If the data have come from an administrative source then this section details the data collection process. The data may have been edited, for example to correct information that is obviously wrong, like a record stating someone is aged 200. Some records could be incomplete with the missing information being added by referencing either data for earlier periods, or current records for similar respondents; this is known as imputation.

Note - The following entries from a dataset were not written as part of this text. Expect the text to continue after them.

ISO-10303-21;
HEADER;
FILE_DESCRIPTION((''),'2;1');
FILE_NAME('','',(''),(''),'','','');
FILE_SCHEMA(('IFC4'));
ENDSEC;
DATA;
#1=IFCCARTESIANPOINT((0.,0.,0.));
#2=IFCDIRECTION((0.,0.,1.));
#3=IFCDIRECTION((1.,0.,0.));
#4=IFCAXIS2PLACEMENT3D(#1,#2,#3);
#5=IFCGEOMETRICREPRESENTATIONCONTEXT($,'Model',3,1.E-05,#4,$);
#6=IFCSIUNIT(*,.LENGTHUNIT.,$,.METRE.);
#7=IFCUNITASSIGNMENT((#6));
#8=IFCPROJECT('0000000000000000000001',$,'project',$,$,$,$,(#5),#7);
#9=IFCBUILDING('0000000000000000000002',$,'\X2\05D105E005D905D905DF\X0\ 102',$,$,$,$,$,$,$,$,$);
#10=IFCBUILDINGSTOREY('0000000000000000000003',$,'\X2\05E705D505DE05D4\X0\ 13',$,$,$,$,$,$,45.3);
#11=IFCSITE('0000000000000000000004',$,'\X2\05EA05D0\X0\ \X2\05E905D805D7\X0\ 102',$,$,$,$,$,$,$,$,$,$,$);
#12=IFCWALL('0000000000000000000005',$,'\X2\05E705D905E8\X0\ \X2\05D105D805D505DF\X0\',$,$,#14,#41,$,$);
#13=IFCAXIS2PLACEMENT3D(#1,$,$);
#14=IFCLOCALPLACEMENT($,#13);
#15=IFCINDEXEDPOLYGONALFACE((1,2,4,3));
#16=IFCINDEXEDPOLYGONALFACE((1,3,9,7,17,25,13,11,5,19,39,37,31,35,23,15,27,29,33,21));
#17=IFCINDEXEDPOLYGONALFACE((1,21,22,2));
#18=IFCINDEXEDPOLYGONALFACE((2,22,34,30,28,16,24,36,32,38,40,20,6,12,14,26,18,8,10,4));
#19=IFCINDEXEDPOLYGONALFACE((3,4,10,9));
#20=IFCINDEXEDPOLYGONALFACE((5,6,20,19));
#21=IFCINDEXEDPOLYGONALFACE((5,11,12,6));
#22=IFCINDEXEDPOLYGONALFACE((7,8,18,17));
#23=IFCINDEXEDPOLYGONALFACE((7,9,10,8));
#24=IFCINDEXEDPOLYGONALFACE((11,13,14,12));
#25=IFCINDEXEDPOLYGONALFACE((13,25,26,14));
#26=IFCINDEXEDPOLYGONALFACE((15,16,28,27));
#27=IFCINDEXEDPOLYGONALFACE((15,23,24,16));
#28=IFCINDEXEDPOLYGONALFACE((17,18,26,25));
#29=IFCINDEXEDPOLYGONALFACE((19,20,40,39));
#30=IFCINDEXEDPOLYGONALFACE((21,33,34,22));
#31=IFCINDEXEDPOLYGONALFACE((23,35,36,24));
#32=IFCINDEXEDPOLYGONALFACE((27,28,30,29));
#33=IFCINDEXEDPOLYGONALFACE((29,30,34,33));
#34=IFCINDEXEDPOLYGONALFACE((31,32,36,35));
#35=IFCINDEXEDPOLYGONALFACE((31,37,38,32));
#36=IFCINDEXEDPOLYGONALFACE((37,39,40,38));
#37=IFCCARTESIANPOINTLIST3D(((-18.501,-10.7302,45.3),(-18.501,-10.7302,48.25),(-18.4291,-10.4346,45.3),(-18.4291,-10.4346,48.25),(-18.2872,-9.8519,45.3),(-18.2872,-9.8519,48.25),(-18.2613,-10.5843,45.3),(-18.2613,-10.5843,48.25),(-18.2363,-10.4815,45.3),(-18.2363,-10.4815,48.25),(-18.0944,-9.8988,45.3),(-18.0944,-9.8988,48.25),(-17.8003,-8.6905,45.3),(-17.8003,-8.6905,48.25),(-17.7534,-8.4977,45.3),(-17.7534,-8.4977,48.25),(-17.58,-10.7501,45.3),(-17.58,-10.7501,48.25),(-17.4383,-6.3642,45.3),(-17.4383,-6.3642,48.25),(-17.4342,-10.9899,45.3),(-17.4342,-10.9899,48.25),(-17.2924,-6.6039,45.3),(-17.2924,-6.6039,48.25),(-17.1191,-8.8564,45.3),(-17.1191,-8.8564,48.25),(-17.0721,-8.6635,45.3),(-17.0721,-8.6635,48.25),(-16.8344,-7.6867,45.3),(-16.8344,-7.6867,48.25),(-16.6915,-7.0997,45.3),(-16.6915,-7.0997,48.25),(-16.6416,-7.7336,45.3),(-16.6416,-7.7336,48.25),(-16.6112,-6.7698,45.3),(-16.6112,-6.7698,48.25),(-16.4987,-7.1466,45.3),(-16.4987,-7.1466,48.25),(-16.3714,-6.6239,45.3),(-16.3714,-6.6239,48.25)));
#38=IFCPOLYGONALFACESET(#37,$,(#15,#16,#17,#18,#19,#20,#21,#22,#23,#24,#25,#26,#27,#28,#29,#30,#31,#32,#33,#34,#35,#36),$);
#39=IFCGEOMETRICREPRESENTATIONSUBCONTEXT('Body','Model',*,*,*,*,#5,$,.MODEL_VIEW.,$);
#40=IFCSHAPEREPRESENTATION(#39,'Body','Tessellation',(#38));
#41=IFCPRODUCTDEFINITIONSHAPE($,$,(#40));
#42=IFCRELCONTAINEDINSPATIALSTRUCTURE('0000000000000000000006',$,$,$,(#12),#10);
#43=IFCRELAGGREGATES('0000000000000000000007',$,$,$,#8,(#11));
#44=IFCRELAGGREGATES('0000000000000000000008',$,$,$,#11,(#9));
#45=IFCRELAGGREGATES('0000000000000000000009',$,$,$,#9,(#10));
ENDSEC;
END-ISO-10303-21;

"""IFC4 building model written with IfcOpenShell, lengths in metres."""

from ifc_helpers import new_model, si_unit, frame, origin_with_axes, context, subcontext, project, spatial, polyline, outline, extrude, element, save


model = new_model("IFC4")

# Units and contexts
model_context = context("Model", 3, precision=1e-05, world=origin_with_axes())
body_context = subcontext(model_context, "Body", "Model", "MODEL_VIEW")
ifc_project = project(units=[si_unit("LENGTHUNIT", "METRE")], contexts=[model_context])

# Site, building, storey
site = spatial("IfcSite", under=ifc_project, Name="תא שטח 102")
building = spatial("IfcBuilding", under=site, Name="בניין 102")
storey = spatial("IfcBuildingStorey", under=building, Name="קומה 13", Elevation=45.3)

# Wall
element("IfcWall", 1, inside=storey, Name="קיר בטון", context=body_context, shape_type="SweptSolid", body=[
    extrude(outline(polyline([(-18.4291, -10.4346), (-18.501, -10.7302), (-17.4342, -10.9899), (-16.6416, -7.7336), (-16.8344, -7.6867), (-17.0721, -8.6635), (-17.7534, -8.4977), (-17.2924, -6.6039), (-16.6112, -6.7698), (-16.6915, -7.0997), (-16.4987, -7.1466), (-16.3714, -6.6239), (-17.4383, -6.3642), (-18.2872, -9.8519), (-18.0944, -9.8988), (-17.8003, -8.6905), (-17.1191, -8.8564), (-17.58, -10.7501), (-18.2613, -10.5843), (-18.2363, -10.4815), (-18.4291, -10.4346)])), frame((0.0, 0.0, 45.3)), (0.0, 0.0, 1.0), 2.95),
])

save(model, "model.ifc")
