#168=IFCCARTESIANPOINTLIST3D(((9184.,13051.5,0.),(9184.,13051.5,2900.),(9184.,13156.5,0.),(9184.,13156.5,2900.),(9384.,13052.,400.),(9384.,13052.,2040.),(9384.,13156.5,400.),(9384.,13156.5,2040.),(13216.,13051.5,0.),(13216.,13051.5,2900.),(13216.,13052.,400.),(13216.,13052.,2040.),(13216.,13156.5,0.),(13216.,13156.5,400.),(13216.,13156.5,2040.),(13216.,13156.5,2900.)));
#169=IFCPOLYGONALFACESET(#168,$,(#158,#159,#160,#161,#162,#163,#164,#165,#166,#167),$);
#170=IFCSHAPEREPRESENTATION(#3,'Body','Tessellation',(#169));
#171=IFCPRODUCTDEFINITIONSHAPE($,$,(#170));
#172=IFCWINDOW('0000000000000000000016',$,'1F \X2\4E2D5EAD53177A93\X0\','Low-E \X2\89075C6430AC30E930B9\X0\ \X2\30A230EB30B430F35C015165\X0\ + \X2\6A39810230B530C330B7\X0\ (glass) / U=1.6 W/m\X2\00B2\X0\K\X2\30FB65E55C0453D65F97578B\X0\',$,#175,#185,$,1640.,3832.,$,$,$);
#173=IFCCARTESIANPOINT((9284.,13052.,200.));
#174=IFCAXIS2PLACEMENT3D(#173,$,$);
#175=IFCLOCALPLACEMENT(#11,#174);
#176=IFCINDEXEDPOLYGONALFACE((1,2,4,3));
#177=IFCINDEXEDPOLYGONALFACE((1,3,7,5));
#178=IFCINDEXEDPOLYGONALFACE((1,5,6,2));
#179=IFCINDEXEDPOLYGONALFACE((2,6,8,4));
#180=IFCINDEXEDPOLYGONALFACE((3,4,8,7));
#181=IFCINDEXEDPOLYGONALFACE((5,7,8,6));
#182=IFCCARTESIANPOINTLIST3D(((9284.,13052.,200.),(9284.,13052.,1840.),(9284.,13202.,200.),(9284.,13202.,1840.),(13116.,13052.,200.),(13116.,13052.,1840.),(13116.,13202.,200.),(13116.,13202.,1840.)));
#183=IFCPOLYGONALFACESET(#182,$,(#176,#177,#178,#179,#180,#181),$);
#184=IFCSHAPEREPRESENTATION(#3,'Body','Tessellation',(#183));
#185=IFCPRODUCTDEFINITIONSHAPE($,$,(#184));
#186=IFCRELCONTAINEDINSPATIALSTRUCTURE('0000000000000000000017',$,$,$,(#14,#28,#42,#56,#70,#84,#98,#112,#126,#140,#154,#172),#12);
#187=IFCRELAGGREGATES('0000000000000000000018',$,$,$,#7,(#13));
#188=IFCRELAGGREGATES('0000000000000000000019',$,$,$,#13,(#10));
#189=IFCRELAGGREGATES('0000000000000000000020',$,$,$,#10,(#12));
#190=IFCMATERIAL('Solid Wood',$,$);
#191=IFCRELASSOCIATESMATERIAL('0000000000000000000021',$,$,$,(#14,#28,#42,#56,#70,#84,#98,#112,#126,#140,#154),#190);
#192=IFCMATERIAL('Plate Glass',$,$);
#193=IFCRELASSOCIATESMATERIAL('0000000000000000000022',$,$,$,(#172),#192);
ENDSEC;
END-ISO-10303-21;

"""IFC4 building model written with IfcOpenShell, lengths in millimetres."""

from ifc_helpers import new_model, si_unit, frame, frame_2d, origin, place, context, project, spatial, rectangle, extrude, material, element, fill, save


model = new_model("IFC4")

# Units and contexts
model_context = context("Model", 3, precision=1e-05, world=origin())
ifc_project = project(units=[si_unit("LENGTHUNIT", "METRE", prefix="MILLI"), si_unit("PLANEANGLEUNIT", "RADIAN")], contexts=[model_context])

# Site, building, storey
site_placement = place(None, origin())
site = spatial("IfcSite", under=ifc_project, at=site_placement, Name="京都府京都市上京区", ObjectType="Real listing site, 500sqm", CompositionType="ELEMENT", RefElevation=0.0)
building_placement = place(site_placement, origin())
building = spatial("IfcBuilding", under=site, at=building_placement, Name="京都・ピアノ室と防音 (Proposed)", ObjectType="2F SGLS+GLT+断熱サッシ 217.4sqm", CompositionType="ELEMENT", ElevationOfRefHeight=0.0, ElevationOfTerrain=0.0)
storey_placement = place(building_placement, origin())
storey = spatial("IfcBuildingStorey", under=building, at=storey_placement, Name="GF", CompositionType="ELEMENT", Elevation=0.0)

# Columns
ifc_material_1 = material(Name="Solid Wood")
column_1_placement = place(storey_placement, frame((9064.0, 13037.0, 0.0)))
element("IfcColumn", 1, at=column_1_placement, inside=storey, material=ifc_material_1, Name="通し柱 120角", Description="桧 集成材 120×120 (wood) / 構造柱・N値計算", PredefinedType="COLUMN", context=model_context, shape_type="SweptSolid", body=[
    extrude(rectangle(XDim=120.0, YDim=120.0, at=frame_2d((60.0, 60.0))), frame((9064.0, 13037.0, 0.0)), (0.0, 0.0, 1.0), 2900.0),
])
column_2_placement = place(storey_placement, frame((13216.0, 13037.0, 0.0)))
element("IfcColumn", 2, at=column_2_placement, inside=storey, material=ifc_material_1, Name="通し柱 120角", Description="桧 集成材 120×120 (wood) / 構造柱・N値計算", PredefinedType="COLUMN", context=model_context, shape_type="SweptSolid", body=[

If the data are the result of a statistical analysis then this section will outline the methodology used. Often there will be links to additional technical papers which will provide more detail.
Concepts and definitions
Datasets can contain terminology which is unfamiliar to the user but is required to be technically correct. This section explains such terminology and is effectively a glossary for the dataset.
Data classifications
Some datasets use 'standard classifications', for example, Standard Occupational Classification ( SOC) 2000. These are groups of approved terms that are used to ensure comparability with other datasets. If standard or other classifications have been used, these will be specified.
Validation and quality assurance
To assure the quality of a dataset, measures are taken to detect and correct errors or omissions during data collection, processing or analysis. This section provides information on quality checks, including details of routine data audits and other validation processes.
Geographic referencing
Geographic referencing refers to allocating the data to geographic areas. When data are collected, an address, postcode, grid reference or some other geographic identifier is recorded. This can be related to the areas for which the statistics are being presented, for example, Super Output Areas or local authorities. This section of the metadata contains details of any referencing procedures used.
Disclosure control
To safeguard confidentiality and ensure that individuals cannot be identified from a dataset, procedures such as rounding and / or suppression are applied to the data. This is known as 'disclosure control'. The impact of this procedure may be apparent when you view a dataset containing figures that are multiples of three of five (indicating rounding), or you may notice the symbol 'x' in the cells (indicating suppression).
It should be noted that the application of disclosure control may mean that subcategories do not sum to their totals, and information may not aggregate exactly between geographic areas. Although the section provides summary information on disclosure control measures and the implications for the interpretation of the data, exact details on the methods used will not be provided, since they might help a person 'unpick' the figures and deduce disclosive information.
Sources for further information or advice
This provides contact details of data suppliers, as well as details of any other potentially useful sources of information.